### TASK TO CARRY OUT
Gather each line in the entries that includes the string "IFCLOCALPLACEMENT".

Recorded data:
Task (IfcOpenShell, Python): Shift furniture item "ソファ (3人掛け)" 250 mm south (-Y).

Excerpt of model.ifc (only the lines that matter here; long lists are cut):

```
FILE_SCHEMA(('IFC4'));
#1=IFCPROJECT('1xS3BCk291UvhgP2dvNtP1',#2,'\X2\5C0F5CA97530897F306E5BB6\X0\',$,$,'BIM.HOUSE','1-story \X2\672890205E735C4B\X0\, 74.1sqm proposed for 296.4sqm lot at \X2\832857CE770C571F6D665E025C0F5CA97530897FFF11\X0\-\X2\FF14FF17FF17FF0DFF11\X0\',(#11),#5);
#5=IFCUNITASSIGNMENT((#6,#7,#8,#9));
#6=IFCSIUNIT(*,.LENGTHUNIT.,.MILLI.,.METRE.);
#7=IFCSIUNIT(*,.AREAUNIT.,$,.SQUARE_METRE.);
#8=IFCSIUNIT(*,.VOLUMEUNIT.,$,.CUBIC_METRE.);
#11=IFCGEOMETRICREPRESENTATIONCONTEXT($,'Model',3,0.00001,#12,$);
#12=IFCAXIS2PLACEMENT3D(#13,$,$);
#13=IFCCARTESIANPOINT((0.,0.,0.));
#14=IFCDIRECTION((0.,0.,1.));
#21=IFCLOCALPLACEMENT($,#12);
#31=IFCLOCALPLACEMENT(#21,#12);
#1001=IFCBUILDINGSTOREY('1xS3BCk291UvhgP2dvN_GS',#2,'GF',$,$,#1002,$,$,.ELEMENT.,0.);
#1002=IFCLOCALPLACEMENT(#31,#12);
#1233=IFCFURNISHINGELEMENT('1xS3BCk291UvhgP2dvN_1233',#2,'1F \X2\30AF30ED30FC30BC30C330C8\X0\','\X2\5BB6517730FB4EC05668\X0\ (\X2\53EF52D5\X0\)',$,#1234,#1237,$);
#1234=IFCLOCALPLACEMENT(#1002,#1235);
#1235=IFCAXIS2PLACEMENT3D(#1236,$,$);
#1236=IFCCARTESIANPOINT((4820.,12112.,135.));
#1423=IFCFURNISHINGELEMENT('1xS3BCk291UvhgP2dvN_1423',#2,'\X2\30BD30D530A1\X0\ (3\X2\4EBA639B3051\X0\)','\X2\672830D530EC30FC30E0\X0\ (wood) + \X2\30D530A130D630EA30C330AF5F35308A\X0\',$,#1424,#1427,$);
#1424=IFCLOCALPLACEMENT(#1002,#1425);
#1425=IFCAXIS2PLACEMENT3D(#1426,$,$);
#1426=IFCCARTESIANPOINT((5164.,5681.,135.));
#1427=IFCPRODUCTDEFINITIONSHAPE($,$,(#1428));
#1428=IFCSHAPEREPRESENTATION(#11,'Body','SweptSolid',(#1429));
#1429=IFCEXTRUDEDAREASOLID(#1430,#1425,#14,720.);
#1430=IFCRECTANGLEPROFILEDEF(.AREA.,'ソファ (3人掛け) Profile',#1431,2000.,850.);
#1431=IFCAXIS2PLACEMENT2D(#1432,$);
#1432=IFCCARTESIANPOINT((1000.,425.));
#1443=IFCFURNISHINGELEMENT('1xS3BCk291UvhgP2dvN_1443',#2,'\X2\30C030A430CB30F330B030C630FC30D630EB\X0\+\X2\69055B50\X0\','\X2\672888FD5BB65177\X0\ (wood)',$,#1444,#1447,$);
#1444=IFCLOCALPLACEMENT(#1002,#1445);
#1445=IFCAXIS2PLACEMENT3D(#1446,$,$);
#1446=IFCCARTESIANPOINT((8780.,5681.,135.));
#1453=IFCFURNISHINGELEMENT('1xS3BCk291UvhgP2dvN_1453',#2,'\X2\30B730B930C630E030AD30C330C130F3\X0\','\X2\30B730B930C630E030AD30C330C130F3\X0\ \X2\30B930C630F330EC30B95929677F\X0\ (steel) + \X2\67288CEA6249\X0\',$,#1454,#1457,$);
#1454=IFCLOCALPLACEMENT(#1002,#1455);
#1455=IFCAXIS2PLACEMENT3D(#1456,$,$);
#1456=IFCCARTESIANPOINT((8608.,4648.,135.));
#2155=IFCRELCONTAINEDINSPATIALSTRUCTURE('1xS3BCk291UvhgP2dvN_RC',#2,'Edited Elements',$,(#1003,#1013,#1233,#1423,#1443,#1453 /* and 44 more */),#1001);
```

```python
import ifcopenshell
import ifcopenshell.api.geometry
import ifcopenshell.util.placement

model = ifcopenshell.open("model.ifc")

item = model.by_guid("1xS3BCk291UvhgP2dvN_1423")
matrix = ifcopenshell.util.placement.get_local_placement(item.ObjectPlacement)
matrix[1, 3] -= 250.0
ifcopenshell.api.geometry.edit_object_placement(model, product=item, matrix=matrix, is_si=False)

print(ifcopenshell.util.placement.get_local_placement(item.ObjectPlacement).round(3) + 0.0)

model.write("model_updated.ifc")
```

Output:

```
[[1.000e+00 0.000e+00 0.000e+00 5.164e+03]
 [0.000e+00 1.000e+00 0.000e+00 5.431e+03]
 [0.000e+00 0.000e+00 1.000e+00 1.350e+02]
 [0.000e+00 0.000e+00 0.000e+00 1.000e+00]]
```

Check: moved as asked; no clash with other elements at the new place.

### SOLUTION TO THE EXERCISE
#21=IFCLOCALPLACEMENT($,#12);
#31=IFCLOCALPLACEMENT(#21,#12);
#1002=IFCLOCALPLACEMENT(#31,#12);
#1234=IFCLOCALPLACEMENT(#1002,#1235);
#1424=IFCLOCALPLACEMENT(#1002,#1425);
#1444=IFCLOCALPLACEMENT(#1002,#1445);
#1454=IFCLOCALPLACEMENT(#1002,#1455);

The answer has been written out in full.